Don't talk of love, but I've heard the words before:
it's sleeping in my memory
I won't disturb the slumber of feelings that have died
If I never loved, I never would have cried.
I am a rock, I am an island

I have my books, and my poetry to protect me
I am shielded in my armor
hiding in my room, safe within my womb
I touch no one and no one touches me
I am a rock, I am an island

And a rock feels no pain
and an island never cries.

"I am a rock" by Paul Simon
performed by Simon and Garfunkel - my absolute favorite

Thursday, May 30, 2013

tap dancing, sugar, and furballs

Ahoy!  I haven't blogged in a few months - sorry about that. The last post took A LOT out of me. But thank you all for being so kind and accepting. It's amazing to know that we aren't alone.

Life has just been moving along here at the Johnson flat. School ended a few weeks ago and it has been glorious to be able to breathe a little bit. Rich started a new job and he's now working up here in Ogden instead of having to commute to Salt Lake every day. That, alone, has helped everything tremendously because he doesn't have 2.5 hours of commuting via train every day. He loved his old job, though, so I feel bad that he isn't able to work there anymore.

I started working at a doughnut shop up here in Ogden at the beginning of March. I really like it! And it's right across the street from my house so that's way nice. The people I work with are fun and I really like the owners.
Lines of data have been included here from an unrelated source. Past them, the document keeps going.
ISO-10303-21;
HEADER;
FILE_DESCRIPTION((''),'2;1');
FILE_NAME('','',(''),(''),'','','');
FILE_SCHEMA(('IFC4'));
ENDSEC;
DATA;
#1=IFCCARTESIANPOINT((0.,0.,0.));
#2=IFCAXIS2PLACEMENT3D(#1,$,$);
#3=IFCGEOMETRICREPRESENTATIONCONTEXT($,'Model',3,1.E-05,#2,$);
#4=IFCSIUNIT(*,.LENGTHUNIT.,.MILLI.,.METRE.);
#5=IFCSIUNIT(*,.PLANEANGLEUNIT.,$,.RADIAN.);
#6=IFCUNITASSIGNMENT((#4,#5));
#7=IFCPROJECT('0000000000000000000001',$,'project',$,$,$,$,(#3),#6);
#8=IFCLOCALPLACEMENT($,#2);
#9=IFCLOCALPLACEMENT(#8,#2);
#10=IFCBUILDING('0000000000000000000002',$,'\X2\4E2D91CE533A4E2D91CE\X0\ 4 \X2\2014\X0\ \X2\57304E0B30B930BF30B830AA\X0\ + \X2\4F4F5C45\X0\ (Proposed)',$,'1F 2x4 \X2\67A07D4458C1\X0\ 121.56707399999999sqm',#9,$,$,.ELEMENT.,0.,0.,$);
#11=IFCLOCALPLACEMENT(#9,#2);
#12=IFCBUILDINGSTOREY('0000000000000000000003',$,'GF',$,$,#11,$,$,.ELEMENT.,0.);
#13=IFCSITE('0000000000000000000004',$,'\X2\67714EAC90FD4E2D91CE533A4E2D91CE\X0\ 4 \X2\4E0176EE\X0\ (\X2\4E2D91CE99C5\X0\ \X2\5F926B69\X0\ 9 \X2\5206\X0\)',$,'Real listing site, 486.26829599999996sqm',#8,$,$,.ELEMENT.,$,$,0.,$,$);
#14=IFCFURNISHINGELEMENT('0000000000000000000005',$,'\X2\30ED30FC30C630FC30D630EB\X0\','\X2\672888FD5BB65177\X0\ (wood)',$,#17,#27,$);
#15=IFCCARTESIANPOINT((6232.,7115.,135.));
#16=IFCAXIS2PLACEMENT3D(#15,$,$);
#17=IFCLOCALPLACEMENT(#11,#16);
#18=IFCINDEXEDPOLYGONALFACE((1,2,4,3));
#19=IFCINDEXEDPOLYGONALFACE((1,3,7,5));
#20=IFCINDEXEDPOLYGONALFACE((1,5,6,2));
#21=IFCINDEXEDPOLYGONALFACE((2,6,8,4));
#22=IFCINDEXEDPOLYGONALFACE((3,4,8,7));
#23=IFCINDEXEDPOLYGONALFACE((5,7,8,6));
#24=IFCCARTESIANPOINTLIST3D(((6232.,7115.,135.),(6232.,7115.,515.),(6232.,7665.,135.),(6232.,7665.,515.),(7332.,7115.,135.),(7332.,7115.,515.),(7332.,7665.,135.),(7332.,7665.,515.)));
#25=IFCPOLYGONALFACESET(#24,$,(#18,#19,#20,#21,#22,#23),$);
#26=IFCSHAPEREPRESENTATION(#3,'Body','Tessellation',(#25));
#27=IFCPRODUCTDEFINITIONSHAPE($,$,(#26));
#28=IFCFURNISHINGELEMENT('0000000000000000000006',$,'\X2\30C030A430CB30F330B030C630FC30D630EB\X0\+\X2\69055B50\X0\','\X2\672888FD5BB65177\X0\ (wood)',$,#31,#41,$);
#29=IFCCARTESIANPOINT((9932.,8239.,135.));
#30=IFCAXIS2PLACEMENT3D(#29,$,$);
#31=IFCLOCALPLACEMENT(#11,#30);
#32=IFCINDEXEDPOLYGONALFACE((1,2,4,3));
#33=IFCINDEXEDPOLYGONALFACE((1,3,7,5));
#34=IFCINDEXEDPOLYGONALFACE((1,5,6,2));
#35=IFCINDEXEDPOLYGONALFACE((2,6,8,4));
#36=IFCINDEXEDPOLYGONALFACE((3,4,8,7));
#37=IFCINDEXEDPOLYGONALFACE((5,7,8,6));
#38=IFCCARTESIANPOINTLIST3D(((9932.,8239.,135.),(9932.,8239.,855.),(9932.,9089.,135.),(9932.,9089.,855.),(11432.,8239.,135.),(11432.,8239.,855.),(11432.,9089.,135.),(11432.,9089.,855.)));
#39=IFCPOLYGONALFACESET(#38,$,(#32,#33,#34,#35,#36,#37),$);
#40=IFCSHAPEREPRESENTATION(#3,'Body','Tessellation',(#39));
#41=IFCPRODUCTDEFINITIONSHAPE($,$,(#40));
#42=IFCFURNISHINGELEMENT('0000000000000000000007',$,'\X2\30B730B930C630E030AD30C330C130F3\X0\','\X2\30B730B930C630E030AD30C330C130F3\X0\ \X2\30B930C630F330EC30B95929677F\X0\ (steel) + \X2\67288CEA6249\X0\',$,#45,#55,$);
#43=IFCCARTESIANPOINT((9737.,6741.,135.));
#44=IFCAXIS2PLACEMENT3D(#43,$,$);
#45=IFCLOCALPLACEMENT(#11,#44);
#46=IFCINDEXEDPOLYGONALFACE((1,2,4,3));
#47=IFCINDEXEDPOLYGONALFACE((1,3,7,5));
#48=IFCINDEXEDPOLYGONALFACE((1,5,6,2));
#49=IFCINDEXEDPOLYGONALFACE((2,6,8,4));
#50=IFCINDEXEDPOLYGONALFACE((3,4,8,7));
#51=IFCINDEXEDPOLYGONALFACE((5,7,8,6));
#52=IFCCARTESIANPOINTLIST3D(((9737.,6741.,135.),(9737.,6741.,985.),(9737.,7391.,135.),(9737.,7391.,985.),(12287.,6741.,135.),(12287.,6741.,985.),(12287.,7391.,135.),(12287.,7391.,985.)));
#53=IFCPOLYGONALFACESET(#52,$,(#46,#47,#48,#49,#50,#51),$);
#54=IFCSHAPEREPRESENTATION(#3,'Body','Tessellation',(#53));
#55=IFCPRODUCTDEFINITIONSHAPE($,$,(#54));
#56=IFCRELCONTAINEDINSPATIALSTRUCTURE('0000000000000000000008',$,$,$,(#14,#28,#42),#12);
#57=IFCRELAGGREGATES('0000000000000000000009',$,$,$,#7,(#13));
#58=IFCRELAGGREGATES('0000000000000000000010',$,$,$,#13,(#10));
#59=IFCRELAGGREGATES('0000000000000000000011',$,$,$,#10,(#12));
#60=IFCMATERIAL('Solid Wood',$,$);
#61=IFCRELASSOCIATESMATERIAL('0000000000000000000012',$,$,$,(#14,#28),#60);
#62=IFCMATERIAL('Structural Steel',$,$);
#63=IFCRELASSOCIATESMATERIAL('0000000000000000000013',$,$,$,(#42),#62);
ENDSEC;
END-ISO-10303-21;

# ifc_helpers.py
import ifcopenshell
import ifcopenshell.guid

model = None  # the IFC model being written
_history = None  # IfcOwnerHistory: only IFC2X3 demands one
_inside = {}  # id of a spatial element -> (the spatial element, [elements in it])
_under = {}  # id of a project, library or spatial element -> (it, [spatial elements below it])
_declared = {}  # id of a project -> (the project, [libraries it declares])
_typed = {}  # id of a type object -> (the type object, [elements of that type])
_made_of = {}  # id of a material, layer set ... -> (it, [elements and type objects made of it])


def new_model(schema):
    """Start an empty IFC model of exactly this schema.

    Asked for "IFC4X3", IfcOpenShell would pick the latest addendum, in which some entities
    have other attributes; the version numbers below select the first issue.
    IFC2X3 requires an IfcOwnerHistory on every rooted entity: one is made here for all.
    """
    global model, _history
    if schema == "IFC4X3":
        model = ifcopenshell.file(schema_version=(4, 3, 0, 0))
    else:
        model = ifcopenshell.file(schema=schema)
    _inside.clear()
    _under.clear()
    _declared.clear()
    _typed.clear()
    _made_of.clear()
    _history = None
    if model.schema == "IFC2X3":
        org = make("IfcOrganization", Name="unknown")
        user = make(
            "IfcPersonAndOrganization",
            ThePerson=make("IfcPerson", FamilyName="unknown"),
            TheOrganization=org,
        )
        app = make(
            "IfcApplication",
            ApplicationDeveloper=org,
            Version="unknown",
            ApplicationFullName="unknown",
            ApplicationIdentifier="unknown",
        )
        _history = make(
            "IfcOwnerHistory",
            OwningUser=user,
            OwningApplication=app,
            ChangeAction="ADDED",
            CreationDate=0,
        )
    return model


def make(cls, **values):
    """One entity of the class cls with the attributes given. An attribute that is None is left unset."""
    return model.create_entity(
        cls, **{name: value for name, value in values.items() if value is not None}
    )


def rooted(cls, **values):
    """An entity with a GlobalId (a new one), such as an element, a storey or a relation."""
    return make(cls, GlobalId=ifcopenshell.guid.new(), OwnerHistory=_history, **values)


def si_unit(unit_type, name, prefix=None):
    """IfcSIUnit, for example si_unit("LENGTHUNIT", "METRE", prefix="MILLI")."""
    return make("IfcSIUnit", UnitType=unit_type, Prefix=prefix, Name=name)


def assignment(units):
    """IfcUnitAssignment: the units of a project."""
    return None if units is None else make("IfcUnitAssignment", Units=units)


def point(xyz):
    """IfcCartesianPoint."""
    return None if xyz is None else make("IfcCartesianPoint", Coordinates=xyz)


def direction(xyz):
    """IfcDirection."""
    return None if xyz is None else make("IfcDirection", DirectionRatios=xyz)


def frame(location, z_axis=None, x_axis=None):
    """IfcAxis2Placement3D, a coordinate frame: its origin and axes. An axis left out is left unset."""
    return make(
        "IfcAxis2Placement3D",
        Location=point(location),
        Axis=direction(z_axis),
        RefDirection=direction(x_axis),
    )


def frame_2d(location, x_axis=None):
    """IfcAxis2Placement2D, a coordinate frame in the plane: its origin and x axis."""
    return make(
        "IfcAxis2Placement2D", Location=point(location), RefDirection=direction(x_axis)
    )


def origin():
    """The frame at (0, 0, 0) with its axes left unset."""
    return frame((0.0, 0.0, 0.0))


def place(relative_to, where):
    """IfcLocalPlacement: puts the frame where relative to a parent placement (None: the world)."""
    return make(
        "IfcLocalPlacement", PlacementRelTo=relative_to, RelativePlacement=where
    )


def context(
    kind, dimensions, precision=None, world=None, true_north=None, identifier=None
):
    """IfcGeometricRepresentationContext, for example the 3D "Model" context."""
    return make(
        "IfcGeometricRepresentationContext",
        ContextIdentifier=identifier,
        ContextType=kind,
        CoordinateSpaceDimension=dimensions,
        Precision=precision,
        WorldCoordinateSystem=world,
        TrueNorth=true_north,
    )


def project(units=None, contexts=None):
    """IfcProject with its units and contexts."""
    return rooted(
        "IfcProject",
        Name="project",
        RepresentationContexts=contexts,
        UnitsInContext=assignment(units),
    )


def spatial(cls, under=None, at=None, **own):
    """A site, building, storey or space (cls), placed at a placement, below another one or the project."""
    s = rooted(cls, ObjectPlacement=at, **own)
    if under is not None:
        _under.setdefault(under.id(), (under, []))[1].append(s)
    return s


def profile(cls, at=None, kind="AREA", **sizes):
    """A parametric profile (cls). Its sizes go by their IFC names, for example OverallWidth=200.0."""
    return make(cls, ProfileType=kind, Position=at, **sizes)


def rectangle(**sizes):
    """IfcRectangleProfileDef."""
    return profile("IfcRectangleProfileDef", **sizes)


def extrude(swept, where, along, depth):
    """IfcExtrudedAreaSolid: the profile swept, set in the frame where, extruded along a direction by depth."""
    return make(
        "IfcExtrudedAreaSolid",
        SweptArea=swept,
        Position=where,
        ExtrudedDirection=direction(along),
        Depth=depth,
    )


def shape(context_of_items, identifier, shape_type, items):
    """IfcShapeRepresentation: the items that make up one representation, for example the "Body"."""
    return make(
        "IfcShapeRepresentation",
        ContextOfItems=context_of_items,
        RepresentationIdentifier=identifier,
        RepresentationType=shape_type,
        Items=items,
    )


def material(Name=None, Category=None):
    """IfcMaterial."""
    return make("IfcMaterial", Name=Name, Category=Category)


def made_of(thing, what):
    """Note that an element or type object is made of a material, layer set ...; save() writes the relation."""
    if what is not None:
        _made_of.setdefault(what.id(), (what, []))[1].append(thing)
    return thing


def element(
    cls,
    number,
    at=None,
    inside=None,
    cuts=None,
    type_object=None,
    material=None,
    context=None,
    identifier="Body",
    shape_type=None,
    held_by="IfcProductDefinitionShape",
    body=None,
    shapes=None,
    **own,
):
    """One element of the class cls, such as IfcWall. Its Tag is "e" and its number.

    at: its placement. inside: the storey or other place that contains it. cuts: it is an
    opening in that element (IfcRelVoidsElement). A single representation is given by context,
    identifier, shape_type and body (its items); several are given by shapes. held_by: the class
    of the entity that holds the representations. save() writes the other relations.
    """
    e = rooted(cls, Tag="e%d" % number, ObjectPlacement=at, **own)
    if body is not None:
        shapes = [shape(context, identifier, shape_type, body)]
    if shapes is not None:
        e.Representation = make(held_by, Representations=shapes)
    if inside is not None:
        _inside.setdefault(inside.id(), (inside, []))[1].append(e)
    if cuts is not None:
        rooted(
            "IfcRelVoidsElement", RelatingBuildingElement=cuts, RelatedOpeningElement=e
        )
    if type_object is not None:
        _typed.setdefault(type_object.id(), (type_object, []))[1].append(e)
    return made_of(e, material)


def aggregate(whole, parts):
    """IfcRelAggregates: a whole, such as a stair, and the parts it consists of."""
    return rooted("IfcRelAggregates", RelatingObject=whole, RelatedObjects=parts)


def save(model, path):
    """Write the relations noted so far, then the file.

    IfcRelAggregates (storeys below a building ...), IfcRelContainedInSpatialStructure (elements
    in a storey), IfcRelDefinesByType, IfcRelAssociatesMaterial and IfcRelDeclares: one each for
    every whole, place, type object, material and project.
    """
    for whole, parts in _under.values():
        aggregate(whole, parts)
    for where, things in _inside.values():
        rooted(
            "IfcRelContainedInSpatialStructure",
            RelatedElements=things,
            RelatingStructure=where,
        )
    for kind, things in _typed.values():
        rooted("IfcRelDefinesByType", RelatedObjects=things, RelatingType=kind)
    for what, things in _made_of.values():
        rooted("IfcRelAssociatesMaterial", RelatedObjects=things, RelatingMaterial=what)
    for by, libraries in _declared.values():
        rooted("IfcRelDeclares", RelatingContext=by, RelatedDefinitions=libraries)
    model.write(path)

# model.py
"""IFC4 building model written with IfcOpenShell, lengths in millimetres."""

from ifc_helpers import new_model, si_unit, frame, frame_2d, origin, place, context, project, spatial, rectangle, extrude, material, element, save


model = new_model("IFC4")

# Units and contexts
model_context = context("Model", 3, precision=1e-05, world=origin())
ifc_project = project(units=[si_unit("LENGTHUNIT", "METRE", prefix="MILLI"), si_unit("PLANEANGLEUNIT", "RADIAN")], contexts=[model_context])

# Site, building, storey
site_placement = place(None, origin())
site = spatial("IfcSite", under=ifc_project, at=site_placement, Name="東京都中野区中野 4 丁目 (中野駅 徒歩 9 分)", ObjectType="Real listing site, 486.26829599999996sqm", CompositionType="ELEMENT", RefElevation=0.0)
building_placement = place(site_placement, origin())
building = spatial("IfcBuilding", under=site, at=building_placement, Name="中野区中野 4 — 地下スタジオ + 住居 (Proposed)", ObjectType="1F 2x4 枠組壁 121.56707399999999sqm", CompositionType="ELEMENT", ElevationOfRefHeight=0.0, ElevationOfTerrain=0.0)
storey_placement = place(building_placement, origin())
storey = spatial("IfcBuildingStorey", under=building, at=storey_placement, Name="GF", CompositionType="ELEMENT", Elevation=0.0)

# Shared definitions
ifc_material_1 = material(Name="Solid Wood")

# Shared definitions
ifc_material_2 = material(Name="Structural Steel")

# Furnishing elements
furnishing_1_placement = place(storey_placement, frame((6232.0, 7115.0, 135.0)))
element("IfcFurnishingElement", 1, at=furnishing_1_placement, inside=storey, material=ifc_material_1, Name="ローテーブル", Description="木製家具 (wood)", context=model_context, shape_type="SweptSolid", body=[
    extrude(rectangle(XDim=1100.0, YDim=550.0, at=frame_2d((550.0, 275.0))), frame((6232.0, 7115.0, 135.0)), (0.0, 0.0, 1.0), 380.0),
])
furnishing_2_placement = place(storey_placement, frame((9932.0, 8239.0, 135.0)))
element("IfcFurnishingElement", 2, at=furnishing_2_placement, inside=storey, material=ifc_material_1, Name="ダイニングテーブル+椅子", Description="木製家具 (wood)", context=model_context, shape_type="SweptSolid", body=[
    extrude(rectangle(XDim=1500.0, YDim=850.0, at=frame_2d((750.0, 425.0))), frame((9932.0, 8239.0, 135.0)), (0.0, 0.0, 1.0), 720.0),
])
furnishing_3_placement = place(storey_placement, frame((9737.0, 6741.0, 135.0)))
element("IfcFurnishingElement", 3, at=furnishing_3_placement, inside=storey, material=ifc_material_2, Name="システムキッチン", Description="システムキッチン ステンレス天板 (steel) + 木質扉", context=model_context, shape_type="SweptSolid", body=[
    extrude(rectangle(XDim=2550.0, YDim=650.0, at=frame_2d((1275.0, 325.0))), frame((9737.0, 6741.0, 135.0)), (0.0, 0.0, 1.0), 850.0),
])

save(model, "model.ifc")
I decorate and sell gourmet doughnuts and, though it doesn't sound like that great of a time, it really is. I love being able to be creative and getting to interact with people all day long. It's a fun little environment. It's helped us a lot to have two incomes streaming in - I'm not quite sure what we are going to do once school starts and I'm not able to work nearly as much.
I make these
My summer show this year is "Spamalot" and it's being performed at the Ziegfeld Theatre up here in Ogden. It's been a fun show to work on and I've been able to get to know people from my department a little better. I am in the ensemble, and it's been a lot of hard work. I'm also the dance captain, so that takes additional time and work. We open in a couple of weeks and run through July so that should be fun.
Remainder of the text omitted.